To do> Starting with the line that contains "#76=IFCINDEXEDPOLYGONALFACE((1,5,6,2));", reproduce each line through the end of the listing below, with no other output.

Listed records>
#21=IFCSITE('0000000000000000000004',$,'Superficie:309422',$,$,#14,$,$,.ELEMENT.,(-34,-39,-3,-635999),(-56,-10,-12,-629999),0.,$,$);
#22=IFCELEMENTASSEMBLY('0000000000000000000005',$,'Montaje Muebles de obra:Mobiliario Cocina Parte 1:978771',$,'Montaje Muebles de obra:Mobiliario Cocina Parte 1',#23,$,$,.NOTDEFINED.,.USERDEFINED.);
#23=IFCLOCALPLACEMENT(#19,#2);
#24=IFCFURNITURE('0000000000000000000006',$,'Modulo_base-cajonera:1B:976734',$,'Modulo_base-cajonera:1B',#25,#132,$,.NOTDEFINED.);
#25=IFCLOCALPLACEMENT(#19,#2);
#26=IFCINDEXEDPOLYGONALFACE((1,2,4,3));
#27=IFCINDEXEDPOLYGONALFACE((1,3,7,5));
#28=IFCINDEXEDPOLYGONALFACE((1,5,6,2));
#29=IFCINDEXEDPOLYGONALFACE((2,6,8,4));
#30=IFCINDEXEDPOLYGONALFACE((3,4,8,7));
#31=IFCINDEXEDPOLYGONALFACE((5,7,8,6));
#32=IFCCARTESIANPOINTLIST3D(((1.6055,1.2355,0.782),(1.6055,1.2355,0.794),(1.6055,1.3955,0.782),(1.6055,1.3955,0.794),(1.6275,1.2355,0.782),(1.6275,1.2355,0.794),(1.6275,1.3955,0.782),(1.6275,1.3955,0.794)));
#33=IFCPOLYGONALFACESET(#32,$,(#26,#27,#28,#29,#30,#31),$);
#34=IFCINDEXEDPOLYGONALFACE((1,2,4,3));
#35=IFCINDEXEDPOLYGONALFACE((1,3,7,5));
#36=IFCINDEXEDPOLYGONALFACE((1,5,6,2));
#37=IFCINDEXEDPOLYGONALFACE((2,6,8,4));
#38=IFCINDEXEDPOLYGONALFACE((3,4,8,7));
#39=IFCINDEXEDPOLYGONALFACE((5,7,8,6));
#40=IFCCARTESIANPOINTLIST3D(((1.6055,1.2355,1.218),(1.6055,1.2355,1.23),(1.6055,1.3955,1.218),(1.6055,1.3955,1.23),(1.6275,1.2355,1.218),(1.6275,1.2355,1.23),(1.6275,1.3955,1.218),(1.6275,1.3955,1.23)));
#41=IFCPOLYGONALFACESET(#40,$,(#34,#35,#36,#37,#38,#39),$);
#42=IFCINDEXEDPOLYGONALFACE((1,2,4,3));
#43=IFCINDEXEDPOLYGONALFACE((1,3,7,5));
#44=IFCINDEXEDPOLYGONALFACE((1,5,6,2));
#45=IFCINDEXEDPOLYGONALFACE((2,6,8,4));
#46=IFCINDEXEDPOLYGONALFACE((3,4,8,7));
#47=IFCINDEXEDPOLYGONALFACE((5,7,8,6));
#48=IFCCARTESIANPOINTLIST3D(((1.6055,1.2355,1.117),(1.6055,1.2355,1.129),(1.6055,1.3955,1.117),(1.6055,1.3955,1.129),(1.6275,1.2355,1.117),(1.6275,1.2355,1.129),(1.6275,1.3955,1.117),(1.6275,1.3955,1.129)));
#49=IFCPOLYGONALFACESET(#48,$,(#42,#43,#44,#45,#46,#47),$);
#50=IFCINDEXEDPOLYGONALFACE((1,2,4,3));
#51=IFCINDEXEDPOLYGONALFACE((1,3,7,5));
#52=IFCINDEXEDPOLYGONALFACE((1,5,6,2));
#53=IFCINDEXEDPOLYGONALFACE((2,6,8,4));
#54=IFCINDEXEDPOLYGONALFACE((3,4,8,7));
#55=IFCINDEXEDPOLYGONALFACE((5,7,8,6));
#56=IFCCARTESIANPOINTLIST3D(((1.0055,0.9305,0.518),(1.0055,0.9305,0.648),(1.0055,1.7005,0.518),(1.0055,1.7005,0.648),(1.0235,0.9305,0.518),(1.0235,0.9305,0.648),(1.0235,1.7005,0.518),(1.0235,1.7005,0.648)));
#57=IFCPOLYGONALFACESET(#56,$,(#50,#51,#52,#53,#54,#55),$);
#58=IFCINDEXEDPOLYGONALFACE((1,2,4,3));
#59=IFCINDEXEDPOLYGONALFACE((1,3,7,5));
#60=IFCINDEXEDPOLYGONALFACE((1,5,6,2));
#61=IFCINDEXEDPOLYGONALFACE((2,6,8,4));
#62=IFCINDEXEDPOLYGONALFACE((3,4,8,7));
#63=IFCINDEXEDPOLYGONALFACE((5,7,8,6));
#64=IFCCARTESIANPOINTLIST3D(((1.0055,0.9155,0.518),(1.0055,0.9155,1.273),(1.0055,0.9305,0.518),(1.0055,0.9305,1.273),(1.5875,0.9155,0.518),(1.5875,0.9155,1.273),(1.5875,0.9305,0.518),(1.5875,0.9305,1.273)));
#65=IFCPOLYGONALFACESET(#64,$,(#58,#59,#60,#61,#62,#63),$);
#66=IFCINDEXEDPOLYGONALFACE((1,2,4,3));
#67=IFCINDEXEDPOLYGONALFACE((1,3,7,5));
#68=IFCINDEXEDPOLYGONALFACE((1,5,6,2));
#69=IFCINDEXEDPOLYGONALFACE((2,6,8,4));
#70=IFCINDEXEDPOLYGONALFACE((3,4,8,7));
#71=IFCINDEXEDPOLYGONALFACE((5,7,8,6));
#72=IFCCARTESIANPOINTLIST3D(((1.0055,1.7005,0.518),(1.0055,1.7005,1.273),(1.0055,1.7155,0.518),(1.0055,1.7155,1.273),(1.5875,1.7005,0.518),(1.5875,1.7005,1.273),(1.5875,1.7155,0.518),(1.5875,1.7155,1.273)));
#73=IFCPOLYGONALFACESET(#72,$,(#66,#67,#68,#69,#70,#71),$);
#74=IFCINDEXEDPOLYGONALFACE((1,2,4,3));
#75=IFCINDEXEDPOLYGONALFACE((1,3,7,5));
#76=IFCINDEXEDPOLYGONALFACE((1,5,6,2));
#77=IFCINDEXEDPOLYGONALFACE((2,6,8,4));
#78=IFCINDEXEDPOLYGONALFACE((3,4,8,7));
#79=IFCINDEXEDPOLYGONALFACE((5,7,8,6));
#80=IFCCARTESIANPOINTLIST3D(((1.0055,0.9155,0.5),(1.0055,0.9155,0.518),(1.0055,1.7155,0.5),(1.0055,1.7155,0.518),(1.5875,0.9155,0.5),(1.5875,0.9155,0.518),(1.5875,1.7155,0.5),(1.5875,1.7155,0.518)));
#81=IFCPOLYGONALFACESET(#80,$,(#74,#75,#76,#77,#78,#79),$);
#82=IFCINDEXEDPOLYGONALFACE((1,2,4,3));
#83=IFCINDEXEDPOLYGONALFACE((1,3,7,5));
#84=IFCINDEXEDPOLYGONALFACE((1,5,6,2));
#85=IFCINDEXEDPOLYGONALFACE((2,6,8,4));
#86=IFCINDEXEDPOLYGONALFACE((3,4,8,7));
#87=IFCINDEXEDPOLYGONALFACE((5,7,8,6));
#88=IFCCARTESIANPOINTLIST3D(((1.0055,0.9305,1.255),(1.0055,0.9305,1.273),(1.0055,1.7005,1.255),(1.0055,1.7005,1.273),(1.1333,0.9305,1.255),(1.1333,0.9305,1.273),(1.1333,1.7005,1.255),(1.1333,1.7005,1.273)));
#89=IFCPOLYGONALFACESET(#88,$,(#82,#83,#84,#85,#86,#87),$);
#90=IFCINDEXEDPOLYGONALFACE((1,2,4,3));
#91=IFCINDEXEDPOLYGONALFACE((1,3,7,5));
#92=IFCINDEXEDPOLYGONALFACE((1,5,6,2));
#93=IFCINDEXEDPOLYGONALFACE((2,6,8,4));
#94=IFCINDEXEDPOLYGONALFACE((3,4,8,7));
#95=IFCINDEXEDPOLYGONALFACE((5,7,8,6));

Task result>
#76=IFCINDEXEDPOLYGONALFACE((1,5,6,2));
#77=IFCINDEXEDPOLYGONALFACE((2,6,8,4));
#78=IFCINDEXEDPOLYGONALFACE((3,4,8,7));
#79=IFCINDEXEDPOLYGONALFACE((5,7,8,6));
#80=IFCCARTESIANPOINTLIST3D(((1.0055,0.9155,0.5),(1.0055,0.9155,0.518),(1.0055,1.7155,0.5),(1.0055,1.7155,0.518),(1.5875,0.9155,0.5),(1.5875,0.9155,0.518),(1.5875,1.7155,0.5),(1.5875,1.7155,0.518)));
#81=IFCPOLYGONALFACESET(#80,$,(#74,#75,#76,#77,#78,#79),$);
#82=IFCINDEXEDPOLYGONALFACE((1,2,4,3));
#83=IFCINDEXEDPOLYGONALFACE((1,3,7,5));
#84=IFCINDEXEDPOLYGONALFACE((1,5,6,2));
#85=IFCINDEXEDPOLYGONALFACE((2,6,8,4));
#86=IFCINDEXEDPOLYGONALFACE((3,4,8,7));
#87=IFCINDEXEDPOLYGONALFACE((5,7,8,6));
#88=IFCCARTESIANPOINTLIST3D(((1.0055,0.9305,1.255),(1.0055,0.9305,1.273),(1.0055,1.7005,1.255),(1.0055,1.7005,1.273),(1.1333,0.9305,1.255),(1.1333,0.9305,1.273),(1.1333,1.7005,1.255),(1.1333,1.7005,1.273)));
#89=IFCPOLYGONALFACESET(#88,$,(#82,#83,#84,#85,#86,#87),$);
#90=IFCINDEXEDPOLYGONALFACE((1,2,4,3));
#91=IFCINDEXEDPOLYGONALFACE((1,3,7,5));
#92=IFCINDEXEDPOLYGONALFACE((1,5,6,2));
#93=IFCINDEXEDPOLYGONALFACE((2,6,8,4));
#94=IFCINDEXEDPOLYGONALFACE((3,4,8,7));
#95=IFCINDEXEDPOLYGONALFACE((5,7,8,6));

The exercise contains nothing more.